У Людмилы от страха округлились глаза, она никак не могла высвободить свою руку из жестких пальцев Курганова.
— Слушай, девица, слушай! Знаю ить, ярость какая томится в тебе противу Голощековых… Тихо!.. А ты все-таки держись своих. Христос воскресе воистину воскрес!.. Знаю я, как у тебе и с Флегонтовскими, слышал недавно из темноты, как Нюрка тебя распинала… Неужто тебе и такое снести? Тебе говорю: будет время, — время придет! — и ты ее разопнешь. В отместку за все. Говорю: разопнешь!.. Ты хочешь? Хочешь?… — И тихим шепотом, почти дыханием одним, выговорил: — Ну? Захоти! Поможем… — Распрямился, повертел головой: — У-ух! Ну, а только начни эти грабить, отымать хозяйство наше, крестьянское… Д-ды… Око за око, зуб за зуб! А за хлеб, за землю кровь!.. Ты слушай, погодь тут, постой у калитки, во двор не входи — не порвали бы собаки. А я чичас, только за Савелием Афанасьичем…
С покровительственной ласковостью он похлопал ее по плечу и, сильно пошатываясь, двинулся по улице.
Людмила кусала стянутые сухостью губы. Этот разговор для нее оказался куда тяжелей и страшнее, чем с Нюркой Флегонтовской. Вот как! Совсем уже не таясь, грозит Курганов тем, кто осмелится тронуть нажитое, нахватанное богатство. За хлеб, за землю — кровь!.. А ее, Людмилу, к себе в сообщники: «Хочешь? Захоти! Поможем…»

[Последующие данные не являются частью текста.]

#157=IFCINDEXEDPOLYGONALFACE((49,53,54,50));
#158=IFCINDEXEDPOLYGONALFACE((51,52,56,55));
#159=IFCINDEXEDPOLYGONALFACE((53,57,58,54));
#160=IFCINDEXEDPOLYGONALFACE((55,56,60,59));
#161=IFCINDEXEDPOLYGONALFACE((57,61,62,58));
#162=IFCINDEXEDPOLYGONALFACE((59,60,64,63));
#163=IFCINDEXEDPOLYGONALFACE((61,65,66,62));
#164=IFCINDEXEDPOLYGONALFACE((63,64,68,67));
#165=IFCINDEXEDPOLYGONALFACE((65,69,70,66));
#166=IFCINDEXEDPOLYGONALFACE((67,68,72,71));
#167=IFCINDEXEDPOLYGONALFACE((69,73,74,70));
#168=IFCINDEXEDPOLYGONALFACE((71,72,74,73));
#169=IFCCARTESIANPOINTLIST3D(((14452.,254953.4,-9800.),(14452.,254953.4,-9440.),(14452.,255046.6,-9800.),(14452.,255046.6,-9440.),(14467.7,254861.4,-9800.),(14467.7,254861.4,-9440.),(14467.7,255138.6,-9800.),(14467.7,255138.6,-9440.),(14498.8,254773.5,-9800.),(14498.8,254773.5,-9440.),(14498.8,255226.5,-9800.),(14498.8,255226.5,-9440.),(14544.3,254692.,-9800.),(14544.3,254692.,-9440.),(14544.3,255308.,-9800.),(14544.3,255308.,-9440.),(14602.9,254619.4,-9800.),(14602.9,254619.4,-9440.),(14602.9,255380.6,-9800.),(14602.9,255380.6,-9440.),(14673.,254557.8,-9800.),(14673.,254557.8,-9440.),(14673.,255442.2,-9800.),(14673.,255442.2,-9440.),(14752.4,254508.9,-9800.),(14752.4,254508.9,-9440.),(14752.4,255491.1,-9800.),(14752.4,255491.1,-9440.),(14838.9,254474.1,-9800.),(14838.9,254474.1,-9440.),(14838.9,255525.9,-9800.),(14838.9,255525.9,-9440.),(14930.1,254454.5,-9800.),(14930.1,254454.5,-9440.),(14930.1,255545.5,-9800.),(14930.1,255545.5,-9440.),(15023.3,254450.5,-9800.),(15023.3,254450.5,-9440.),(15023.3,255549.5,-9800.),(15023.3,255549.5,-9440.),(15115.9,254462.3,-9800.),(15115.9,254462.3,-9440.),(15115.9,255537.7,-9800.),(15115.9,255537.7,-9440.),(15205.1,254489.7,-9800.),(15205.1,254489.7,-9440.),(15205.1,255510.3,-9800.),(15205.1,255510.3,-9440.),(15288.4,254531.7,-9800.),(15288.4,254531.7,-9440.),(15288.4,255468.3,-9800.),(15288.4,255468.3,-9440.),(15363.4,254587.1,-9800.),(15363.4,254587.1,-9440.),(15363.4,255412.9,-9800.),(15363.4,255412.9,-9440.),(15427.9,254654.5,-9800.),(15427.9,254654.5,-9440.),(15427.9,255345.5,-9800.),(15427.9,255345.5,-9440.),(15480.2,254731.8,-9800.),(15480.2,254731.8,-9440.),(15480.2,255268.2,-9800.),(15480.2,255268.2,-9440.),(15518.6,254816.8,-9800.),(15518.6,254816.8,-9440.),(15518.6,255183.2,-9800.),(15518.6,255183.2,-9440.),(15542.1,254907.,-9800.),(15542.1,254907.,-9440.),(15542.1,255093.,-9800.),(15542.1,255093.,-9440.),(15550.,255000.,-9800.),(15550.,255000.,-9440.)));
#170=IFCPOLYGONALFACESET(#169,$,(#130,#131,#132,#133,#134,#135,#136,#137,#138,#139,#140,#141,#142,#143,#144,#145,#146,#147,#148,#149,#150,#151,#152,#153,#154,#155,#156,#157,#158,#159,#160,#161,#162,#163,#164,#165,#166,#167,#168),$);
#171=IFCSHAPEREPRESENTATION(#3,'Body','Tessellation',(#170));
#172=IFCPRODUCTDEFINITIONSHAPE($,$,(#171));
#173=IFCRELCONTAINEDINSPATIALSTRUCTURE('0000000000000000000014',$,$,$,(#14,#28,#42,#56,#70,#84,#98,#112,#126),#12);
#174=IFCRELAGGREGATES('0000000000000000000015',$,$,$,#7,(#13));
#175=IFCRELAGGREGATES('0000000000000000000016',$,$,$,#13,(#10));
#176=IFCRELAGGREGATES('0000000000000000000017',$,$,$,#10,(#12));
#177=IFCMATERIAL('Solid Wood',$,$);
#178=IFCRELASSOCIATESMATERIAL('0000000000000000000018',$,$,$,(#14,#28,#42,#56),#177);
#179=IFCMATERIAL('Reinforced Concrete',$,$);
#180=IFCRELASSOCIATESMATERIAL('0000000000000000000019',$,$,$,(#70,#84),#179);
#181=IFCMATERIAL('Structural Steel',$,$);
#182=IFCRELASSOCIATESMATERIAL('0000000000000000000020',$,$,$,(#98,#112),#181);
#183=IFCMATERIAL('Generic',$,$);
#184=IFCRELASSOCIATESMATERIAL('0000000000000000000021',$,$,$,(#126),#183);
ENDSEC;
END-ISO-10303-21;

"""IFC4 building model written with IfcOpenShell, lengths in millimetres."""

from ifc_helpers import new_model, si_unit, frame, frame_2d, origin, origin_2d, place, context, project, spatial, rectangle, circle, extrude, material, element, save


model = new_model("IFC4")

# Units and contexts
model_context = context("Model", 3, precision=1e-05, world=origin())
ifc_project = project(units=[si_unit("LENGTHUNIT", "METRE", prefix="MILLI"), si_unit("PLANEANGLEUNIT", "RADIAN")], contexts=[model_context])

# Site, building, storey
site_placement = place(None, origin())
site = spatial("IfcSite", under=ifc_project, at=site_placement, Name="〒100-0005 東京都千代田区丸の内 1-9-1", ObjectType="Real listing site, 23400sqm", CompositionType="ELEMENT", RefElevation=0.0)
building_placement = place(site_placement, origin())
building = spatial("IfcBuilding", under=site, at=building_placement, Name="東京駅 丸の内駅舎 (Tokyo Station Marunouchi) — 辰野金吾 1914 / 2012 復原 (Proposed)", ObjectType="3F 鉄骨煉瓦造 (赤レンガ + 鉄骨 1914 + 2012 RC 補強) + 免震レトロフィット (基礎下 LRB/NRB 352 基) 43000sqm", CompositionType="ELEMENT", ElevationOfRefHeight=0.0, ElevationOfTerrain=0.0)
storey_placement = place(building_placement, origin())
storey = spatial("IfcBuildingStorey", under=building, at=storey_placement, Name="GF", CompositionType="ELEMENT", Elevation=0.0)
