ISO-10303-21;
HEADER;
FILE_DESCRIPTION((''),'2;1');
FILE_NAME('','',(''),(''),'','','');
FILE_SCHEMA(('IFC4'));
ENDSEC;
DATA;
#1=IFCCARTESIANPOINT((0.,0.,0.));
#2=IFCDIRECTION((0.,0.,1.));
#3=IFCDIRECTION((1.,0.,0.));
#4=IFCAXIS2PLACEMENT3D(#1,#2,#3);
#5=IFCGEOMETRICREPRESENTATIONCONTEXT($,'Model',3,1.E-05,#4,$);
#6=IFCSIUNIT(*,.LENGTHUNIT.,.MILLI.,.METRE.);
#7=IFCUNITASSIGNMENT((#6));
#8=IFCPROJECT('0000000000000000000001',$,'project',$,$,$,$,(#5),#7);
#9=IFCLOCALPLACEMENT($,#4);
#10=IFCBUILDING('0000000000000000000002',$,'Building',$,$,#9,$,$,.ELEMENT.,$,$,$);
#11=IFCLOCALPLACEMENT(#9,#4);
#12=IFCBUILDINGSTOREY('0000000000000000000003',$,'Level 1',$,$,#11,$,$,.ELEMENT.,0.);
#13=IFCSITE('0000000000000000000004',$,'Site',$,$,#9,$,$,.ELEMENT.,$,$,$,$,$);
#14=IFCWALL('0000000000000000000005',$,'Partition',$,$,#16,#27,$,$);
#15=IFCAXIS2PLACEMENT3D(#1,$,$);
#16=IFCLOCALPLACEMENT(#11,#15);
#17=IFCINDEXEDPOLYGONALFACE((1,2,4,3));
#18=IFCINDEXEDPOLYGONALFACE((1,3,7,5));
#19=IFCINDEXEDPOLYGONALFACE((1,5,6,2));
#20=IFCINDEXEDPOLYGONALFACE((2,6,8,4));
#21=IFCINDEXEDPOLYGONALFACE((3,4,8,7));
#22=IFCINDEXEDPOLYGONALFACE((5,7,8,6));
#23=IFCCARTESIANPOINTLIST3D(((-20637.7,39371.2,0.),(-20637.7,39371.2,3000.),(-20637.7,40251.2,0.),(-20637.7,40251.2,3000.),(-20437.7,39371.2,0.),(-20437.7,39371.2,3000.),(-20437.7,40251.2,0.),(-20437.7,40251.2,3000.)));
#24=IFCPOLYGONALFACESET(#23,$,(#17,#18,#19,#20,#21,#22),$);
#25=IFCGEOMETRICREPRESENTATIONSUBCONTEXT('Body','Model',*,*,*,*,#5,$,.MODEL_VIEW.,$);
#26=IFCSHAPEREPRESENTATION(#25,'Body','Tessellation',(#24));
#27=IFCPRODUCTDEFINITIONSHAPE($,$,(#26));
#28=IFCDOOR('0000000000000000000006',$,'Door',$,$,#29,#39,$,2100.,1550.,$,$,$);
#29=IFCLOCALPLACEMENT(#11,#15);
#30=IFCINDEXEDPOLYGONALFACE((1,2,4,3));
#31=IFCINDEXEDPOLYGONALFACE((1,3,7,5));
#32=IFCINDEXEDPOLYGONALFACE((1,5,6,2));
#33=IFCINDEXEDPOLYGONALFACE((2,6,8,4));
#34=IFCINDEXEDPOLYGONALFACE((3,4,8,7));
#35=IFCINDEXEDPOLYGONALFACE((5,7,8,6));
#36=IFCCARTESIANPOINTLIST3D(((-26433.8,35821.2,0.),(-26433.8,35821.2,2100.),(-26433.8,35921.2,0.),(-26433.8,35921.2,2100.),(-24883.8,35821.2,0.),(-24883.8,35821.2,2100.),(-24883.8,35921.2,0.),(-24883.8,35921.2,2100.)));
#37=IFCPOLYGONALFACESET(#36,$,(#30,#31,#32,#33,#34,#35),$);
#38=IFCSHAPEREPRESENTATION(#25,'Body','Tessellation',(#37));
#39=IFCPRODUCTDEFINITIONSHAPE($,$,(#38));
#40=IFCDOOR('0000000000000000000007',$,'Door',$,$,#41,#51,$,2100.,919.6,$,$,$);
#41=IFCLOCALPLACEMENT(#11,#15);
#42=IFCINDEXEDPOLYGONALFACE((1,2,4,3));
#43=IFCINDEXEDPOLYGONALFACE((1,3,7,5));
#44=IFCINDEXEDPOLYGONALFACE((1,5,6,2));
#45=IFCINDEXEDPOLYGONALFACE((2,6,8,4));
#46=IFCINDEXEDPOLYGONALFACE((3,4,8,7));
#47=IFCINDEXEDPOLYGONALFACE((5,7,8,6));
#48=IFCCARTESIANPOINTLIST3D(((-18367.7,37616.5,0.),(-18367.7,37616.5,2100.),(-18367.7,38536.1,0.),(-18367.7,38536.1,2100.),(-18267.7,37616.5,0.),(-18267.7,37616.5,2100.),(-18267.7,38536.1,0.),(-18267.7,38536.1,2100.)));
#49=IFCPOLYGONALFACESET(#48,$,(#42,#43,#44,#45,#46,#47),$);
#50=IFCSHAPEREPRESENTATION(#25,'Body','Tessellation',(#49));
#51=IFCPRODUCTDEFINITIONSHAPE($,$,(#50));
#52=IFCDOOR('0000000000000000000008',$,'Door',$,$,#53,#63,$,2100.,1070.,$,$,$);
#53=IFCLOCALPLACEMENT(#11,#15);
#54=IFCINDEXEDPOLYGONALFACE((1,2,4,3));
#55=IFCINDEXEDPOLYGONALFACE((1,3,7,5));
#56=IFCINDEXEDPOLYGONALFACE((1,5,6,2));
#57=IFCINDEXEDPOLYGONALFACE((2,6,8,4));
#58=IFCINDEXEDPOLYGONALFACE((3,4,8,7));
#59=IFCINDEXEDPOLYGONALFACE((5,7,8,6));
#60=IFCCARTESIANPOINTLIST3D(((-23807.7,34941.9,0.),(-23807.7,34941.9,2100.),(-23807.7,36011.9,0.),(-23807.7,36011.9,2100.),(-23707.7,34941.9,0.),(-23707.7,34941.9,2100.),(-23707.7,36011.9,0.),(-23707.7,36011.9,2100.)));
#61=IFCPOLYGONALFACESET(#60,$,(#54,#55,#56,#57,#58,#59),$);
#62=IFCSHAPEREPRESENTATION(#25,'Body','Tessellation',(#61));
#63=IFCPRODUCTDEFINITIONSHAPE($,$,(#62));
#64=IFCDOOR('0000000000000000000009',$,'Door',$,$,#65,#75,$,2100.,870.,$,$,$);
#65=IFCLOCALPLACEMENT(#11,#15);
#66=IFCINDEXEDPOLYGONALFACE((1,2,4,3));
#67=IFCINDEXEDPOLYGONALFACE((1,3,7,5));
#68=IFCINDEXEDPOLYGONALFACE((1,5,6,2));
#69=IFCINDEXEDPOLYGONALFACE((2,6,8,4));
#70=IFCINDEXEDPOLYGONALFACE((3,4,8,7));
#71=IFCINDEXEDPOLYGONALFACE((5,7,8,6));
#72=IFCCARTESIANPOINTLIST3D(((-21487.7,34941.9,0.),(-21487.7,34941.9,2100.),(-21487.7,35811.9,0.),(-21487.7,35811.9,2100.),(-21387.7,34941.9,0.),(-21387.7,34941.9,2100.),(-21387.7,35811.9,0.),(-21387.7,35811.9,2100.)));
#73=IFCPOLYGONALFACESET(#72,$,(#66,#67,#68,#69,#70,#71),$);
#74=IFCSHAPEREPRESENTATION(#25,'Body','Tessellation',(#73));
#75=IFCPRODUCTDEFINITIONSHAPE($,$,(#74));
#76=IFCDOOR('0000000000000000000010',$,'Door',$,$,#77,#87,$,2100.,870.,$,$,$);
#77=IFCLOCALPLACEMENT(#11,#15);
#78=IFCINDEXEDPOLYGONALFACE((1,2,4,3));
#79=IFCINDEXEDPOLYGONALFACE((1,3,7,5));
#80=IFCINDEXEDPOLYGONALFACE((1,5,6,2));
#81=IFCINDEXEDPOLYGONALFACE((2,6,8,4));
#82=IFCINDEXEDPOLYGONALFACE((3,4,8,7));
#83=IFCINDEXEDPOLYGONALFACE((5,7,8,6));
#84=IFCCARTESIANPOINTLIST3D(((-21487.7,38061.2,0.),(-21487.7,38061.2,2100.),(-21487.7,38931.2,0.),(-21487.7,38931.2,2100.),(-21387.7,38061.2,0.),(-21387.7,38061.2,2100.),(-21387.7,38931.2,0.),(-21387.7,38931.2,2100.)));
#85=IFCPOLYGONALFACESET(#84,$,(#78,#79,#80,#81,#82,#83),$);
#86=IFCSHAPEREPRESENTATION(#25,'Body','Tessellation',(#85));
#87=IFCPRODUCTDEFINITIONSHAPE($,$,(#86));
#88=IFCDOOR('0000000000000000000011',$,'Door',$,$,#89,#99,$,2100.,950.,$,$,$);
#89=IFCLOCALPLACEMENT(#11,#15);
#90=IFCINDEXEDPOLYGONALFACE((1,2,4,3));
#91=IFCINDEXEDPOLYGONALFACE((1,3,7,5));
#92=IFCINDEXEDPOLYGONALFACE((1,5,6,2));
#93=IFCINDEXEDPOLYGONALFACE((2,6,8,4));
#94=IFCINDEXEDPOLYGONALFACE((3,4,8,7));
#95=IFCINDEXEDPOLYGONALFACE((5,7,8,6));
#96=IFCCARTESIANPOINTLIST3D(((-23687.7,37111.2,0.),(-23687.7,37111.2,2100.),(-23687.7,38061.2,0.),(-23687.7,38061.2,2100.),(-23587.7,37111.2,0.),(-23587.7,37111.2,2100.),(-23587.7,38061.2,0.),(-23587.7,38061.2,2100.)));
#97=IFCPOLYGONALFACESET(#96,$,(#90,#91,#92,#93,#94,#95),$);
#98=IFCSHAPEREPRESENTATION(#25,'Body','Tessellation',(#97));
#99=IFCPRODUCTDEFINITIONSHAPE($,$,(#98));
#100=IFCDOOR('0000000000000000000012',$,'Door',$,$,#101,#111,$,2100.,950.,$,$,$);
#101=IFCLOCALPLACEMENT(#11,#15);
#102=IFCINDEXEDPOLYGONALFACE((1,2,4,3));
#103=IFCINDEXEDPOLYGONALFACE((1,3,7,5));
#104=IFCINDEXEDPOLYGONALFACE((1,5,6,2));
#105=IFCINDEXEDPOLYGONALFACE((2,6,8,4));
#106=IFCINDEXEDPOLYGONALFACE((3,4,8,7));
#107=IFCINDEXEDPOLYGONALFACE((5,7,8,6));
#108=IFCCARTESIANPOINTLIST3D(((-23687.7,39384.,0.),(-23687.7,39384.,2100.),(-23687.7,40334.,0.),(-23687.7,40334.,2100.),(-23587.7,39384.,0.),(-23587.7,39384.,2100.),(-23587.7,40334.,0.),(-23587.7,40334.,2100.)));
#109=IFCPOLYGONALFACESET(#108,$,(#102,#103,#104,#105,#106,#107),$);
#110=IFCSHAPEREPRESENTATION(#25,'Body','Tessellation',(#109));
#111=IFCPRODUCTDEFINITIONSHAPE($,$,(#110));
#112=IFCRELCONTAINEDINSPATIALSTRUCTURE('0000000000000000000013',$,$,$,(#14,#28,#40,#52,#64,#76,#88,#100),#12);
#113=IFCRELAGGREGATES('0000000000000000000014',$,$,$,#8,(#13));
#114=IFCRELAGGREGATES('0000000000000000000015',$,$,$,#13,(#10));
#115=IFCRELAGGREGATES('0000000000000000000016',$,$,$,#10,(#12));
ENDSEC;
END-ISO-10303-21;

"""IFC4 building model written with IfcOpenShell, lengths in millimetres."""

from ifc_helpers import new_model, si_unit, frame, frame_2d, origin_with_axes, place, context, subcontext, project, spatial, rectangle, extrude, element, save


model = new_model("IFC4")

# Units and contexts
model_context = context("Model", 3, precision=1e-05, world=origin_with_axes())
body_context = subcontext(model_context, "Body", "Model", "MODEL_VIEW")
ifc_project = project(units=[si_unit("LENGTHUNIT", "METRE", prefix="MILLI")], contexts=[model_context])

# Site, building, storey
placement = place(None, origin_with_axes())
site = spatial("IfcSite", under=ifc_project, at=placement, Name="Site", CompositionType="ELEMENT")
building = spatial("IfcBuilding", under=site, at=placement, Name="Building", CompositionType="ELEMENT")
storey_placement = place(placement, origin_with_axes())
storey = spatial("IfcBuildingStorey", under=building, at=storey_placement, Name="Level 1", CompositionType="ELEMENT", Elevation=0.0)

# Wall
wall_1_placement = place(placement, frame((-20537.7, 40251.2, 0.0), z_axis=(0.0, 0.0, 1.0), x_axis=(0.0, -1.0, 0.0)))
element("IfcWall", 1, at=wall_1_placement, inside=storey, Name="Partition", context=body_context, shape_type="SweptSolid", body=[
    extrude(rectangle(XDim=880.0, YDim=200.0, at=frame_2d((440.0, 0.0), x_axis=(1.0, 0.0))), origin_with_axes(), (0.0, 0.0, 1.0), 3000.0),
])

# Doors
door_1_placement = place(placement, frame((-26433.8, 35871.2, 0.0), z_axis=(0.0, 0.0, 1.0), x_axis=(1.0, 0.0, 0.0)))
element("IfcDoor", 2, at=door_1_placement, inside=storey, Name="Door", OverallHeight=2100.0, OverallWidth=1550.0, context=body_context, shape_type="SweptSolid", body=[
    extrude(rectangle(XDim=1550.0, YDim=100.0, at=frame_2d((775.0, 0.0), x_axis=(1.0, 0.0))), origin_with_axes(), (0.0, 0.0, 1.0), 2100.0),
])
door_2_placement = place(placement, frame((-18317.7, 37616.5, 0.0), z_axis=(0.0, 0.0, 1.0), x_axis=(0.0, 1.0, 0.0)))
element("IfcDoor", 3, at=door_2_placement, inside=storey, Name="Door", OverallHeight=2100.0, OverallWidth=919.6, context=body_context, shape_type="SweptSolid", body=[
    extrude(rectangle(XDim=919.6, YDim=100.0, at=frame_2d((459.8, 0.0), x_axis=(1.0, 0.0))), origin_with_axes(), (0.0, 0.0, 1.0), 2100.0),
])
door_3_placement = place(placement, frame((-23757.7, 34941.9, 0.0), z_axis=(0.0, 0.0, 1.0), x_axis=(0.0, 1.0, 0.0)))
element("IfcDoor", 4, at=door_3_placement, inside=storey, Name="Door", OverallHeight=2100.0, OverallWidth=1070.0, context=body_context, shape_type="SweptSolid", body=[
    extrude(rectangle(XDim=1070.0, YDim=100.0, at=frame_2d((535.0, 0.0), x_axis=(1.0, 0.0))), origin_with_axes(), (0.0, 0.0, 1.0), 2100.0),
])
for number, where, z_axis, x_axis, name in (
    (5, (-21437.7, 34941.9, 0.0), (0.0, 0.0, 1.0), (0.0, 1.0, 0.0), "Door"),
    (6, (-21437.7, 38061.2, 0.0), (0.0, 0.0, 1.0), (0.0, 1.0, 0.0), "Door"),
):
    element("IfcDoor", number, at=place(placement, frame(where, z_axis=z_axis, x_axis=x_axis)), inside=storey, Name=name, OverallHeight=2100.0, OverallWidth=870.0, context=body_context, shape_type="SweptSolid", body=[
        extrude(rectangle(XDim=870.0, YDim=100.0, at=frame_2d((435.0, 0.0), x_axis=(1.0, 0.0))), origin_with_axes(), (0.0, 0.0, 1.0), 2100.0),
    ])
for number, where, z_axis, x_axis, name in (
    (7, (-23637.7, 38061.2, 0.0), (0.0, 0.0, 1.0), (0.0, -1.0, 0.0), "Door"),
    (8, (-23637.7, 40334.0, 0.0), (0.0, 0.0, 1.0), (0.0, -1.0, 0.0), "Door"),
):
    element("IfcDoor", number, at=place(placement, frame(where, z_axis=z_axis, x_axis=x_axis)), inside=storey, Name=name, OverallHeight=2100.0, OverallWidth=950.0, context=body_context, shape_type="SweptSolid", body=[
        extrude(rectangle(XDim=950.0, YDim=100.0, at=frame_2d((475.0, 0.0), x_axis=(1.0, 0.0))), origin_with_axes(), (0.0, 0.0, 1.0), 2100.0),
    ])

save(model, "model.ifc")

Ну уж нет! Работать на Голощековых тяжко, ходить для всех чужой горько, но стать подручной в черных делах у Кургановых да Савельевых… Да это же стать проклятой всем народом! До самой смерти. И после смерти даже. Да не только народом — ты и сама себя проклянешь.
Нет, нет, если Нюрка Флегонтовская ее распинала по праву, хотя, тоже по праву, могла бы ей по-человечески и руку подать, так Андрей Ефимыч Курганов хочет прибить ее гвоздями к кресту только лишь во имя своей жестокой радости: мертвому в могилу с собой утащить и живого.
Скорее, скорее прочь отсюда, пока не вернулся Курганов!
Под нежный перезвон колоколов, которые будут теперь ликовать над землей всю пасхальную неделю, Людмила торопливо зашагала на выход из села, к лесу…
Серая полоска рассвета уже зацветала огненно-красной зарей.
19
Беднота с середняками собиралась на сельские сходы. Кулаков, подкулачников и тех, кто был отнесен к «твердозаданцам», даже в сборную избу не пускали. Весна стояла на пороге, и страсти пылали с особой силой. До посевных работ на поле спешили решить: как жить дальше. Ясно было одно: по-старому жить нельзя — невозможно.